11. Method according to claim 10, characterized in that said hole (54) opens onto an external recess (56) arranged in said envelope (20).

12. Method according to claim 10 or 11, characterized in that said hole (54) is closed on the side external to said envelope (20) by closure means during the supply of said electronic assembly (34) dctns said pocket (66) formed by said envelope.

13. Method according to one of claims 7 to 12, characterized in that said reservoir (28) acts as a funnel for filling said pocket with said binder (64), the contour (30) of the opening of filling of said reservoir defining a surface whose two main dimensions are greater than at least the least dimension of the upper opening (26) of said envelope.

14. Method according to one of claims 7 to 13 wherein it is intended to simultaneously manufacture several devices, characterized in that several envelopes (20, 20A, 20B, 20C) are provided with a single common tank (28) communicating with the pockets, defined by said envelopes, by the upper openings (26, 26A, 26B, 26C) of these envelopes, several electronic assemblies (34, 34A, 34B) being brought and introduced respectively into said pockets.

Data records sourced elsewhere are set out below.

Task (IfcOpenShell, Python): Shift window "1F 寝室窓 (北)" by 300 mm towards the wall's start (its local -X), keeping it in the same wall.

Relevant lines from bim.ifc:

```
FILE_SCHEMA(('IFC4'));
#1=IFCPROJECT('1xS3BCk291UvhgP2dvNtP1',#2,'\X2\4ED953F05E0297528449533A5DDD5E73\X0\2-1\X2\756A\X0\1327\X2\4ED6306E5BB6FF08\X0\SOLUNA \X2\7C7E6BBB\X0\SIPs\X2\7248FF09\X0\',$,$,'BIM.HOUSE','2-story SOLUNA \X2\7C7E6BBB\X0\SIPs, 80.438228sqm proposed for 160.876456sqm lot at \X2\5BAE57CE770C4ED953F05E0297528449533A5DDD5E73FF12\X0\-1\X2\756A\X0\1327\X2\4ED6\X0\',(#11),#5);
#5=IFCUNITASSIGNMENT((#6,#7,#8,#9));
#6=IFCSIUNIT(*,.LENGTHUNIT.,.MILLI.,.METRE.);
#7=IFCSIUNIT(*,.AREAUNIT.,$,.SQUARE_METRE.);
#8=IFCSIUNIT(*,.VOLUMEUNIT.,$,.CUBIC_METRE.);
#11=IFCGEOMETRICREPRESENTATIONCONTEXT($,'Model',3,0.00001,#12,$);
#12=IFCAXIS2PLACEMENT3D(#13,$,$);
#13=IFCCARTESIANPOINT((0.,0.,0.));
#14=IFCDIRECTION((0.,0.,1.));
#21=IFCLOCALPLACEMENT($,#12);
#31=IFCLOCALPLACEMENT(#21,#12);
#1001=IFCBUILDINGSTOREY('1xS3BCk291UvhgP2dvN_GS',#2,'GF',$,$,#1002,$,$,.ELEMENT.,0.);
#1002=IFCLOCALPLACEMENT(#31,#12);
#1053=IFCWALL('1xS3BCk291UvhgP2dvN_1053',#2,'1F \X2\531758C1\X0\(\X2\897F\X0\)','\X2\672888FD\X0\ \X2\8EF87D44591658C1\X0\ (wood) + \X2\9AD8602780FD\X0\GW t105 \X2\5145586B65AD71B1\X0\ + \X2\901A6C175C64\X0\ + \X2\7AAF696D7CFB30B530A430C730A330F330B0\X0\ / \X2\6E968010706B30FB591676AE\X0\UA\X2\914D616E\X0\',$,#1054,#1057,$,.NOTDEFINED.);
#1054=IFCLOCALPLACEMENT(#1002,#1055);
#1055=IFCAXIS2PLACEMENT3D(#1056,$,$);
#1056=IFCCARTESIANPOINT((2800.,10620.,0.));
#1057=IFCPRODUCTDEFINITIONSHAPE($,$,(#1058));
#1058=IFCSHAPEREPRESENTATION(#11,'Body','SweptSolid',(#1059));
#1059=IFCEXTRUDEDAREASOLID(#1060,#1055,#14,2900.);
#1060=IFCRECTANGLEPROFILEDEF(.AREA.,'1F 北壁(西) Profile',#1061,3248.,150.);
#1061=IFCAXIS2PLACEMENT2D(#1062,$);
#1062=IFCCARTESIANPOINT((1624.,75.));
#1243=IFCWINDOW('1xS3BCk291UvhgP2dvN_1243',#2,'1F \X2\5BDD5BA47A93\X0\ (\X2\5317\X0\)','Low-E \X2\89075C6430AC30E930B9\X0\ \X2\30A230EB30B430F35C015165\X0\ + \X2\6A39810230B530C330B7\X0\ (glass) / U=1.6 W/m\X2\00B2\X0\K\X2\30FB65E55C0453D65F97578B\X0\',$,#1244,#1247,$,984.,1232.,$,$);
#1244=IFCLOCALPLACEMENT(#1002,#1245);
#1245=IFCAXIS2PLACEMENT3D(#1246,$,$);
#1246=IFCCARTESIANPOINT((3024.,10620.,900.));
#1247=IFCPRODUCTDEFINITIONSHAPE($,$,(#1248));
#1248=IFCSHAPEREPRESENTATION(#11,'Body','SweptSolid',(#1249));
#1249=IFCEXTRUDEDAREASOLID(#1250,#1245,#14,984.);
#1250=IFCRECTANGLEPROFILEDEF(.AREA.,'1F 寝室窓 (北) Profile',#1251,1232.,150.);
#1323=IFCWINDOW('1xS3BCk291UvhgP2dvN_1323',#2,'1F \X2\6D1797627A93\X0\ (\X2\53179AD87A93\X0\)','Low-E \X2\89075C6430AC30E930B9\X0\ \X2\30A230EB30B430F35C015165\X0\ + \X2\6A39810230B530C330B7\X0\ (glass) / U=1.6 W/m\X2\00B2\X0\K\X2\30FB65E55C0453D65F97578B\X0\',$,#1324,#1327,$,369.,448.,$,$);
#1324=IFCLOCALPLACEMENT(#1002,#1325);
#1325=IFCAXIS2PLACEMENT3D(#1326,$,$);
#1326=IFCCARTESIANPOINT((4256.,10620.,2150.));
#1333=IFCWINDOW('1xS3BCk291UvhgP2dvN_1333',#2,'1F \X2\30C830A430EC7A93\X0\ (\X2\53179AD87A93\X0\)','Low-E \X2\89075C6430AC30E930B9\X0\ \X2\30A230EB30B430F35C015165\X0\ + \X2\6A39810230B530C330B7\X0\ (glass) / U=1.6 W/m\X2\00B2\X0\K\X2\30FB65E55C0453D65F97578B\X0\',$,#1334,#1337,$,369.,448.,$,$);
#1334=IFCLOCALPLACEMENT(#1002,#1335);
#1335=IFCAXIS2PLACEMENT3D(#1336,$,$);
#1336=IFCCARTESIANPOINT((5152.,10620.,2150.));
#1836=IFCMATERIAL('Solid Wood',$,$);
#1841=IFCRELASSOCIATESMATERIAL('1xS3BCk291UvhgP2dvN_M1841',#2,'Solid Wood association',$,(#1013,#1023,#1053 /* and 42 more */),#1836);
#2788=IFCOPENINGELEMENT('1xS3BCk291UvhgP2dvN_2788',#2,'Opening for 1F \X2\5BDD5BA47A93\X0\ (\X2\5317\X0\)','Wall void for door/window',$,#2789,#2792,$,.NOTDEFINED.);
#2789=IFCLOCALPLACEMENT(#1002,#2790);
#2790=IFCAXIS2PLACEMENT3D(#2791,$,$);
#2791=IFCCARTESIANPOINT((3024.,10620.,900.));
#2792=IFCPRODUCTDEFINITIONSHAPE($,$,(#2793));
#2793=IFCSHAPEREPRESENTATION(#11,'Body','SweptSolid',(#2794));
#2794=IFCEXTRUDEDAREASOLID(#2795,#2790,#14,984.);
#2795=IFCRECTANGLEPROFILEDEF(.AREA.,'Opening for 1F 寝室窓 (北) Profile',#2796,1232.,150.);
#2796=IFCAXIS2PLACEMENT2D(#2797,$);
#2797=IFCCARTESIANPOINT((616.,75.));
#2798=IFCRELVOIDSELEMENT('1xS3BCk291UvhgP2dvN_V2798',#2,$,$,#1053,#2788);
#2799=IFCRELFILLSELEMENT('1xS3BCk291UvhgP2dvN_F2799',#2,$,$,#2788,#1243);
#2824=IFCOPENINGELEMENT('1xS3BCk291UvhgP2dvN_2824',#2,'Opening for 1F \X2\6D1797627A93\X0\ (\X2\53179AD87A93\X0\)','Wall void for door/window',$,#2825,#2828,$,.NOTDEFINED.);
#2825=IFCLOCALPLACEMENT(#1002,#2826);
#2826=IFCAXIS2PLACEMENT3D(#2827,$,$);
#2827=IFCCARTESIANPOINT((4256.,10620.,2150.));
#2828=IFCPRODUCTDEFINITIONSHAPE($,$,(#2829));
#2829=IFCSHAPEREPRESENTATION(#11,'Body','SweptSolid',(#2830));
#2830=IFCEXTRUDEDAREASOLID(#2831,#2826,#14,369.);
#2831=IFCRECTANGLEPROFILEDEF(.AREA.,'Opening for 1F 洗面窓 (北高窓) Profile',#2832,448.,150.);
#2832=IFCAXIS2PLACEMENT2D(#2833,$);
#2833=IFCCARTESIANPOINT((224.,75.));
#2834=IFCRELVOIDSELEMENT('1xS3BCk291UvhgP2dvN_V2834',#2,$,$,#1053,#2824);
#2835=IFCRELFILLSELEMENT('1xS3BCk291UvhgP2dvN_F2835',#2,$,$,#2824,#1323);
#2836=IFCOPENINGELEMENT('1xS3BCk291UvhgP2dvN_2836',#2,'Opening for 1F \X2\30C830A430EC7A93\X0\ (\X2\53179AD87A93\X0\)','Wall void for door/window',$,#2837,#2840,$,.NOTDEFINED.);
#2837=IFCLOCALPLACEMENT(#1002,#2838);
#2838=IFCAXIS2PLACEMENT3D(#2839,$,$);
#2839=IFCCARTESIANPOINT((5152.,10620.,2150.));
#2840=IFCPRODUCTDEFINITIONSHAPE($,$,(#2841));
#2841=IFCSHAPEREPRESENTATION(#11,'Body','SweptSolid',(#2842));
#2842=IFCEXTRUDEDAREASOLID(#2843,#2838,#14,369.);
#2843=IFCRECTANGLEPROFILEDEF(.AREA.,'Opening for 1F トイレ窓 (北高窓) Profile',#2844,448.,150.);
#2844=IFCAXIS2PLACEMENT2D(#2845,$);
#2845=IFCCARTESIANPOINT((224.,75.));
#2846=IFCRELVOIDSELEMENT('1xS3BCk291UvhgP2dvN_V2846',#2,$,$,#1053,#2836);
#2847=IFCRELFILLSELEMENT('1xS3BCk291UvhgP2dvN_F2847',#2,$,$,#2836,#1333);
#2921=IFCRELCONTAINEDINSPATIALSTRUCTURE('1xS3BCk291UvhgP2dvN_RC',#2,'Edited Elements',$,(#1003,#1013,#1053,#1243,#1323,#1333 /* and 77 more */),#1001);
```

```python
import ifcopenshell
import ifcopenshell.api.geometry
import ifcopenshell.util.placement

model = ifcopenshell.open("bim.ifc")

window = model.by_id(1243)
opening = window.FillsVoids[0].RelatingOpeningElement
wall = opening.VoidsElements[0].RelatingBuildingElement

wall_matrix = ifcopenshell.util.placement.get_local_placement(wall.ObjectPlacement)
shift = wall_matrix[:3, 0] * -300.0
before = ifcopenshell.util.placement.get_local_placement(window.ObjectPlacement)[:3, 3].copy()

# The window is not placed relative to its opening, so move both.
for product in (opening, window):
    matrix = ifcopenshell.util.placement.get_local_placement(product.ObjectPlacement)
    matrix[:3, 3] += shift
    ifcopenshell.api.geometry.edit_object_placement(model, product=product, matrix=matrix, is_si=False)

after = ifcopenshell.util.placement.get_local_placement(window.ObjectPlacement)[:3, 3]
print("window moved by", (after - before).round(3) + 0.0)

model.write("bim_edited.ifc")
```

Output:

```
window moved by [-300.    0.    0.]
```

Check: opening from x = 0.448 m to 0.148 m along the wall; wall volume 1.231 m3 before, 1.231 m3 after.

15. The method of claim 14, characterized in that said electronic assemblies (34, 34A, 34B) are initially connected together by a support (44), these electronic assemblies being arranged under said support with a regular spacing (50) corresponding at the spacing (48) of said envelopes provided (20, 20A, 20B, 20C), said electronic assemblies being introduced simultaneously into said pockets using said support, this support being separated from these electronic assemblies during said separation step wherein the devices, formed respectively by said envelopes and said electronic assemblies embedded in said binder filling these envelopes, are separated from said common reservoir.

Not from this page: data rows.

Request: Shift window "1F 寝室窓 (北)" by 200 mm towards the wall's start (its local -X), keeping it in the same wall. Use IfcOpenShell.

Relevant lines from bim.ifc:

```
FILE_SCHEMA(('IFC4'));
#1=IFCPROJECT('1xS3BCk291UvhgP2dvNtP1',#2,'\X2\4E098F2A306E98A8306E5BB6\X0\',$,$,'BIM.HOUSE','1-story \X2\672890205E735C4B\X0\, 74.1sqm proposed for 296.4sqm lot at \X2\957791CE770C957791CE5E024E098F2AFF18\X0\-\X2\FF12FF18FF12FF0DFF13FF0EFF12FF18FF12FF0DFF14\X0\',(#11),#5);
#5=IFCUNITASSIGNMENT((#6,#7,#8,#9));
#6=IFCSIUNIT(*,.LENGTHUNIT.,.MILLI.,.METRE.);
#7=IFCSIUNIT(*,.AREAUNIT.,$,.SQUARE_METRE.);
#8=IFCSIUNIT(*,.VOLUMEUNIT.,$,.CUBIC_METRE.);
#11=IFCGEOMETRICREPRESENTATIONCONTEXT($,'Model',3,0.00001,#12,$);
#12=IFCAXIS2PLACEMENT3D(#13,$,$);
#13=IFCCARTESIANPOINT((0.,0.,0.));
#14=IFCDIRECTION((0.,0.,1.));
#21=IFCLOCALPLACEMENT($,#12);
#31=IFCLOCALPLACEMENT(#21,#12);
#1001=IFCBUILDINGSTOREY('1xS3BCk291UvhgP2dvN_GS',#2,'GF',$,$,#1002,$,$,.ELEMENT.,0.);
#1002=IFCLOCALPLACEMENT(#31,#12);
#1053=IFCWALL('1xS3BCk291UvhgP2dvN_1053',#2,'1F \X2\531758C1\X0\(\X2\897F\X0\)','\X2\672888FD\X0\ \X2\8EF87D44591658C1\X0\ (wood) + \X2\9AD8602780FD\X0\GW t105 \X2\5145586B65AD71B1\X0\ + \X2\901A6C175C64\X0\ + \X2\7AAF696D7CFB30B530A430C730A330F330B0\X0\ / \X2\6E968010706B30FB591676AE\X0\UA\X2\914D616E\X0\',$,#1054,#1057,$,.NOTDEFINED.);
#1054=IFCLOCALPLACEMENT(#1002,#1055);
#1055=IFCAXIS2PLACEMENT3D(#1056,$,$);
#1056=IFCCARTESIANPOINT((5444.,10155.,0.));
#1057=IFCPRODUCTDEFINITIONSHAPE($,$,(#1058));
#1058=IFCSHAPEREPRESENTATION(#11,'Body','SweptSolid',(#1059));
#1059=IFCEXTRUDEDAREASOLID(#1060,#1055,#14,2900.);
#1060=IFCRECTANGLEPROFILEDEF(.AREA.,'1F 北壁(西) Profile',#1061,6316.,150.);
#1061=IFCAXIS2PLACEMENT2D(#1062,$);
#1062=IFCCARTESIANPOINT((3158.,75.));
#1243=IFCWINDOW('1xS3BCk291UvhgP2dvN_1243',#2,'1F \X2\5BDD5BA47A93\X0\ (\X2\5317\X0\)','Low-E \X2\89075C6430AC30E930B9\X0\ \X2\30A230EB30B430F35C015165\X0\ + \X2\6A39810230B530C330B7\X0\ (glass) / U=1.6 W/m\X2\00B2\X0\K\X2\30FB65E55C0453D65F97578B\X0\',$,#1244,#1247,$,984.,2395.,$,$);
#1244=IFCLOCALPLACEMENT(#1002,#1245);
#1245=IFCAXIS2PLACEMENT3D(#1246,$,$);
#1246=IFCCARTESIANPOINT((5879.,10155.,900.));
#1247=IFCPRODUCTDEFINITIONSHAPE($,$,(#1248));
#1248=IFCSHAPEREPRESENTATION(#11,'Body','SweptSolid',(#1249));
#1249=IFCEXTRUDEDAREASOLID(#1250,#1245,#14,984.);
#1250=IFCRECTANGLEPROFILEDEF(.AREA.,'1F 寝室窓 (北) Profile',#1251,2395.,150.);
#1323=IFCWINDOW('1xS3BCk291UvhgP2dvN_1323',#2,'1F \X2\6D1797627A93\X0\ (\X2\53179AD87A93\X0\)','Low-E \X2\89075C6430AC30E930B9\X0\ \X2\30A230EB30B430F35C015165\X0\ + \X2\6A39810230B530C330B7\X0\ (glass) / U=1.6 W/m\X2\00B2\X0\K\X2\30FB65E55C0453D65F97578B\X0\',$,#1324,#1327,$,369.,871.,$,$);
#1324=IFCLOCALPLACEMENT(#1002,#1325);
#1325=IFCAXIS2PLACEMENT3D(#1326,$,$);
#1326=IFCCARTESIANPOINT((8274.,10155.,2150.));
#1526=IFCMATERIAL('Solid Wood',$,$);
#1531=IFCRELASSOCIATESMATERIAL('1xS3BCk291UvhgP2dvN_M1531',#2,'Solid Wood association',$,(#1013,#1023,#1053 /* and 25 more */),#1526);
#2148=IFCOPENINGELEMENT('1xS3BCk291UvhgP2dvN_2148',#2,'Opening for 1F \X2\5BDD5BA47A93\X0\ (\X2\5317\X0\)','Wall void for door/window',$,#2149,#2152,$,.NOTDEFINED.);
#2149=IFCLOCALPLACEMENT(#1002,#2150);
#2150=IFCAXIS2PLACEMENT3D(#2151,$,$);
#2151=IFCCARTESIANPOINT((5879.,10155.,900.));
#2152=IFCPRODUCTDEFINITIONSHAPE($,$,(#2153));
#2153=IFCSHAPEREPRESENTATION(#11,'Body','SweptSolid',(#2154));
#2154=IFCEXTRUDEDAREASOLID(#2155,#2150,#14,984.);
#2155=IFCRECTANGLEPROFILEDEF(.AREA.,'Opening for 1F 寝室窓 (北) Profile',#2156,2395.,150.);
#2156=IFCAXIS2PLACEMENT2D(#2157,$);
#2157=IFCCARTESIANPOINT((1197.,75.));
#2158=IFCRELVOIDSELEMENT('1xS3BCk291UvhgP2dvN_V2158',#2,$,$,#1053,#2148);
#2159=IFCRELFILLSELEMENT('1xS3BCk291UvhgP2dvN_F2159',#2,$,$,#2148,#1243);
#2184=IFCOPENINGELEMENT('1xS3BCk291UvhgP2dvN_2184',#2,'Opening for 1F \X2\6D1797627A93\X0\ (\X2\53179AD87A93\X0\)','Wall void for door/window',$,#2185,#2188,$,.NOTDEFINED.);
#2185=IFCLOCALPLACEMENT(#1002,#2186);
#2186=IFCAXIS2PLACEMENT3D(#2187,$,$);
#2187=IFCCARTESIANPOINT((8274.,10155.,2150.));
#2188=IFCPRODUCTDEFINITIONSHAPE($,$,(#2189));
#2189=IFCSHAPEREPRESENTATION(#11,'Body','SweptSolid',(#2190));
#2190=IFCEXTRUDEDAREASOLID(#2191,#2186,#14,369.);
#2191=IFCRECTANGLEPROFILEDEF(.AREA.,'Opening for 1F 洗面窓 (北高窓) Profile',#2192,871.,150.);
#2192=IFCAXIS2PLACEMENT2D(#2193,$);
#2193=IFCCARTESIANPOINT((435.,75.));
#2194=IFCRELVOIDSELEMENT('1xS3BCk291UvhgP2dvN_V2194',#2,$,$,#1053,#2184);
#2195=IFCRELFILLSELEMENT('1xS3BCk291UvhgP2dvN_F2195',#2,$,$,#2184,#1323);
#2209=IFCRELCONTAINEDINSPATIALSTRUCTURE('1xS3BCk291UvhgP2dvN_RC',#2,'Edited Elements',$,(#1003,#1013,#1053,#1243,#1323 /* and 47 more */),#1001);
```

```python
import ifcopenshell
import ifcopenshell.api.geometry
import ifcopenshell.util.placement
import ifcopenshell.util.unit

model = ifcopenshell.open("bim.ifc")
unit_scale = ifcopenshell.util.unit.calculate_unit_scale(model)

window = model.by_id(1243)
opening = window.FillsVoids[0].RelatingOpeningElement
wall = opening.VoidsElements[0].RelatingBuildingElement

wall_matrix = ifcopenshell.util.placement.get_local_placement(wall.ObjectPlacement)
shift = wall_matrix[:3, 0] * -0.2 / unit_scale
before = ifcopenshell.util.placement.get_local_placement(window.ObjectPlacement)[:3, 3].copy()

# The window is not placed relative to its opening, so move both.
for product in (opening, window):
    matrix = ifcopenshell.util.placement.get_local_placement(product.ObjectPlacement)
    matrix[:3, 3] += shift
    ifcopenshell.api.geometry.edit_object_placement(model, product=product, matrix=matrix, is_si=False)

after = ifcopenshell.util.placement.get_local_placement(window.ObjectPlacement)[:3, 3]
print("window moved by", (after - before).round(3) + 0.0)

model.write("bim_v2.ifc")
```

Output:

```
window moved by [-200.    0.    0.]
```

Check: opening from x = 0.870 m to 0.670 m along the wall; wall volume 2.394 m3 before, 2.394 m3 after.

16. Device manufacturing method, characterized in that it comprises the following steps: contributions of several envelopes (20, 20A, 20B, 20C), defining pockets, having respective upper openings (26, 26A, 26B, 26C ); - Provision of a reservoir (28) disposed above said envelopes, this reservoir communicating with said pockets through said upper openings and having at least one filling opening; supplying a binder in liquid form to said reservoir; supply of several electronic assemblies (34, 34A, 34B) in said respective pockets by said upper openings, these electronic assemblies were connected together by a support (44); integral filling of said pockets with said liεuit, this binder at least partially filling said reservoir; hardening of said binder; separating said binder and said electronic assemblies from said reservoir and said envelopes; and separating said electronic assemblies, coated by said binder solidified in said envelopes, from said support and from said binder solidified in said reservoir.